Del racionamiento a las restricciones

¿Podrán las nuevas generaciones acostumbrarse a restringir el consumismo?

La palabra de este verano se pronuncia en plural: restricciones. No se habla de otra cosa más que de los sacrificios que vamos a tener que hacer en un otoño que este año más que caliente, como venía siendo habitual, será frío. O igual las dos cosas, a juzgar por lo mucho que vamos a tener que racionar en los próximos meses. Muchos suministros que antes dilapidábamos alegremente -el gas, la luz, el agua, la comida- se verán restringidos de forma drástica, bien por su escasez, bien por la desmesurada subida de precios.

Los mayores del baby boom -los nacidos a finales de los cincuenta- llegamos a oír hablar mucho de la cartilla de racionamiento, de alimentarse a base de fariñes y nabos, del hambre del 41. Incluso heredamos hábitos de nuestros padres que causaban hilaridad a nuestros hijos. Rebañamos los platos como si no hubiera un mañana, besamos el pan antes de tirarlo, reutilizamos las sobras y hasta comemos los yogures caducados.

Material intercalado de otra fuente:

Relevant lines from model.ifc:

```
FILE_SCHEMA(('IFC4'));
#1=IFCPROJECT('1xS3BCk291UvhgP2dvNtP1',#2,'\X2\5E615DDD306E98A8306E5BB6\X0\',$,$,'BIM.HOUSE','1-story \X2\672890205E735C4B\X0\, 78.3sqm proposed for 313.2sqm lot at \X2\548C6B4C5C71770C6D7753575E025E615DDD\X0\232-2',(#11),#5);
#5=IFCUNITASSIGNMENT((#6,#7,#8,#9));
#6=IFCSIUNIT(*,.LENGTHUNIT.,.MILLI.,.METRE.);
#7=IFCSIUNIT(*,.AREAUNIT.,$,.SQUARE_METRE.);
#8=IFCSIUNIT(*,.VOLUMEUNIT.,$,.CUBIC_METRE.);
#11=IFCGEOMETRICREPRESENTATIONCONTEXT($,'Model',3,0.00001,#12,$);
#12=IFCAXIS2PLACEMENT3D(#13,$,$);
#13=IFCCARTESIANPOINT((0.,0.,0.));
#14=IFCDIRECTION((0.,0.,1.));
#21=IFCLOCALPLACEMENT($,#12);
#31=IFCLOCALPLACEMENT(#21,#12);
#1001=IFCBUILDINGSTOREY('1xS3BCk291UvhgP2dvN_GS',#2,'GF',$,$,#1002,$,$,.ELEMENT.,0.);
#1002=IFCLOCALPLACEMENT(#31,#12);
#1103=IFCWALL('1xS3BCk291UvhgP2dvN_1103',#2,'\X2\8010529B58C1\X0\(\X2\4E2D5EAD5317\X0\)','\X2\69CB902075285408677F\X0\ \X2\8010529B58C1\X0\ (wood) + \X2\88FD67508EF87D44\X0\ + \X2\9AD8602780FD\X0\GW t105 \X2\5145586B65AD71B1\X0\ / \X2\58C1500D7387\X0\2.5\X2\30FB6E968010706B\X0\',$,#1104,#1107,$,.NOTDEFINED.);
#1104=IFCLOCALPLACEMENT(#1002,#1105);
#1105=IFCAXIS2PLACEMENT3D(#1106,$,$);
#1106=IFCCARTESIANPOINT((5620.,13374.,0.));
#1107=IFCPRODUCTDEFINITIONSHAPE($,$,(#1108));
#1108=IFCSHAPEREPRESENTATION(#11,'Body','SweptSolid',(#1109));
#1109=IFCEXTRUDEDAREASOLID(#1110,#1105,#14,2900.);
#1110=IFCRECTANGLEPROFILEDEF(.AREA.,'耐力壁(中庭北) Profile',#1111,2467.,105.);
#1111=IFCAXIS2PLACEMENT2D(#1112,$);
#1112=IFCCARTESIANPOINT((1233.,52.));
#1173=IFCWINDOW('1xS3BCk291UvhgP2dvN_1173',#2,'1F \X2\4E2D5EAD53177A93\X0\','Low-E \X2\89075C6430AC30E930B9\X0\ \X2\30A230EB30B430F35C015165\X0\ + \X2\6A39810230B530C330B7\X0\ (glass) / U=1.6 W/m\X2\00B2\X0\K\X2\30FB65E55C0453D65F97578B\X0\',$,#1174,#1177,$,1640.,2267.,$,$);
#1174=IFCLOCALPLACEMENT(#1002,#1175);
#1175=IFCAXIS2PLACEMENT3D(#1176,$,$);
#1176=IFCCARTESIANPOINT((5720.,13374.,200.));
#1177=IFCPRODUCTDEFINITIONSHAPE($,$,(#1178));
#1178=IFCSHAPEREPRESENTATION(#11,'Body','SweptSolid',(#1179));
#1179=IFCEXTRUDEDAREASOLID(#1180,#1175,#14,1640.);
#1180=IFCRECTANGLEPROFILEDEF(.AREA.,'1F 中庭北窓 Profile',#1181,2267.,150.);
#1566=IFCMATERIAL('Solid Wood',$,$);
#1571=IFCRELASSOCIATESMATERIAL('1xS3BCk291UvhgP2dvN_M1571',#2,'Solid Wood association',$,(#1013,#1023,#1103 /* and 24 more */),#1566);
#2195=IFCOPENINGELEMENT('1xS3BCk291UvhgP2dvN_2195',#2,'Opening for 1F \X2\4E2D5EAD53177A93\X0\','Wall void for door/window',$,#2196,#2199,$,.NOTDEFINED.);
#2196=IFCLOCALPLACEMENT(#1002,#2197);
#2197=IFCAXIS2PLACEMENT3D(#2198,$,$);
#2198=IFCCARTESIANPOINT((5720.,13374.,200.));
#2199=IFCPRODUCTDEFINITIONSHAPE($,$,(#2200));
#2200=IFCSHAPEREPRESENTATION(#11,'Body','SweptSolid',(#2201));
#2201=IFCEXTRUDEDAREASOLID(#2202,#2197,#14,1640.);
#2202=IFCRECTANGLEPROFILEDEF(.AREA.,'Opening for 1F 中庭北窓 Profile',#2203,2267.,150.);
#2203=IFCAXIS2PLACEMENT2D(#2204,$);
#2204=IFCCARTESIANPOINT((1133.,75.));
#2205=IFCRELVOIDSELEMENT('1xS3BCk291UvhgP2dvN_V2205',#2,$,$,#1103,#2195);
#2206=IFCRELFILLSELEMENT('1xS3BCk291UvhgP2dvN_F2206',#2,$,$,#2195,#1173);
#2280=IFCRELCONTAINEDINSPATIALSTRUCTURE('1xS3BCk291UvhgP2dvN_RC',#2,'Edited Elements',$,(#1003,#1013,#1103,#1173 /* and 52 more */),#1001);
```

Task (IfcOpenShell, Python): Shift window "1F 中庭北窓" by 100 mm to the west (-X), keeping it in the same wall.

```python
import ifcopenshell
import ifcopenshell.api.geometry
import ifcopenshell.util.placement
import ifcopenshell.util.unit

model = ifcopenshell.open("model.ifc")
unit_scale = ifcopenshell.util.unit.calculate_unit_scale(model)

window = model.by_guid("1xS3BCk291UvhgP2dvN_1173")
opening = window.FillsVoids[0].RelatingOpeningElement
wall = opening.VoidsElements[0].RelatingBuildingElement

wall_matrix = ifcopenshell.util.placement.get_local_placement(wall.ObjectPlacement)
shift = wall_matrix[:3, 0] * -0.1 / unit_scale
before = ifcopenshell.util.placement.get_local_placement(window.ObjectPlacement)[:3, 3].copy()

# The window is not placed relative to its opening, so move both.
for product in (opening, window):
    matrix = ifcopenshell.util.placement.get_local_placement(product.ObjectPlacement)
    matrix[:3, 3] += shift
    ifcopenshell.api.geometry.edit_object_placement(model, product=product, matrix=matrix, is_si=False)

after = ifcopenshell.util.placement.get_local_placement(window.ObjectPlacement)[:3, 3]
print("window moved by", (after - before).round(3) + 0.0)

model.write("model_updated.ifc")
```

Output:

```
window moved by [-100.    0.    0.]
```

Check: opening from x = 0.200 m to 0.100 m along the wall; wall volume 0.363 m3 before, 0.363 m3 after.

Para sorpresa de todos, una encuesta del Instituto Silestone para el Ministerio de Agricultura, Pesca y Alimentación, hecha pública esta misma semana por varios medios, revela que los menores de 35 años son los que menos alimentos desperdician. Y, en cambio, los baby boomers, los que más. No puede ser, nos decimos los que nacimos al principio de la franja generacional. Esos serán los que nacieron ya bien entrada la década de los sesenta, con el consumismo, los que se criaron bien alimentados a base de bífidus, aguacates o cereales.

Por lo que se ve, los menores de 35 años ya veían venir el nubarrón de las restricciones y se anticiparon administrando racionalmente los alimentos. Ahora se entiende la profusión de las ‘doggy bags’ -eufemismo para justificar que nos llevemos a casa lo que nos sobra en el restaurante-, de las muy apetitosas recetas a base de restos de comida, o la obsesión por hacer una lista de la compra raquítica. Todo eso, en realidad, ya lo practicábamos los de nuestra generación: no íbamos a restaurantes más que en grandes eventos familiares, la gran mayoría no teníamos mascotas, cenábamos las sobras de la comida y comprábamos en función de los precios y no de las apetencias.

El problema es serio. El Ministerio ha aprovechado la presentación de la encuesta para decirnos que uno de cada tres hogares necesita modificar sus hábitos para reducir el despilfarro alimentario. Cada español tira a la basura más de medio kilo de comida a la semana. Al año se desperdician en España, según datos oficiales, 1.400 millones de kilos de alimentos. Y, lo que es peor, de esa cifra astronómica el 75 por ciento no son desperdicios, sino productos sin abrir. En nuestra época, nuestros padres hubieran exclamado aquello de “y en África los niños muriendo de hambre”.

En estos tiempos, las recomendaciones de los padres las ha asumido el Estado en forma de decreto. De hecho, el departamento que dirige el discreto ministro Josep María Planas presentó en el Consejo de Ministros del 6 de junio la Ley de Prevención de las Pérdidas y el Desperdicio Alimentario, que entrará en vigor en 2023, año que ya podemos considerar fatídico, cinco meses antes de que empiece, por la cantidad de restricciones anunciadas.

La ley incluye una serie de buenas prácticas para corregir nuestra conducta. Algunas tan curiosas como evitar que "los establecimientos comerciales dispongan de líneas de venta productos feos, imperfectos o poco estéticos" o "incentivar la venta de productos con la fecha de consumo preferente o de caducidad próxima". Y cómo no, un capítulo dedicado al régimen sancionador, con multas que oscilan entre los 2.001 y los 60.000 euros.

Volviendo al sorprendente dato de que los menores de 35 años desperdician menos comida, hay que tener en cuenta que hoy, a diferencia de épocas pasadas, son muchos los que viven solos, lo que facilita una mejor administración. Y otro factor, recogido en la encuesta, la mayoría no tiran la comida por solidaridad con los famélicos, sino por el alto riesgo medioambiental que supone la acumulación de residuos.

Una vez más nuestros padres van a tener razón: “Aquí no se levanta nadie hasta que vea ese plato vacío.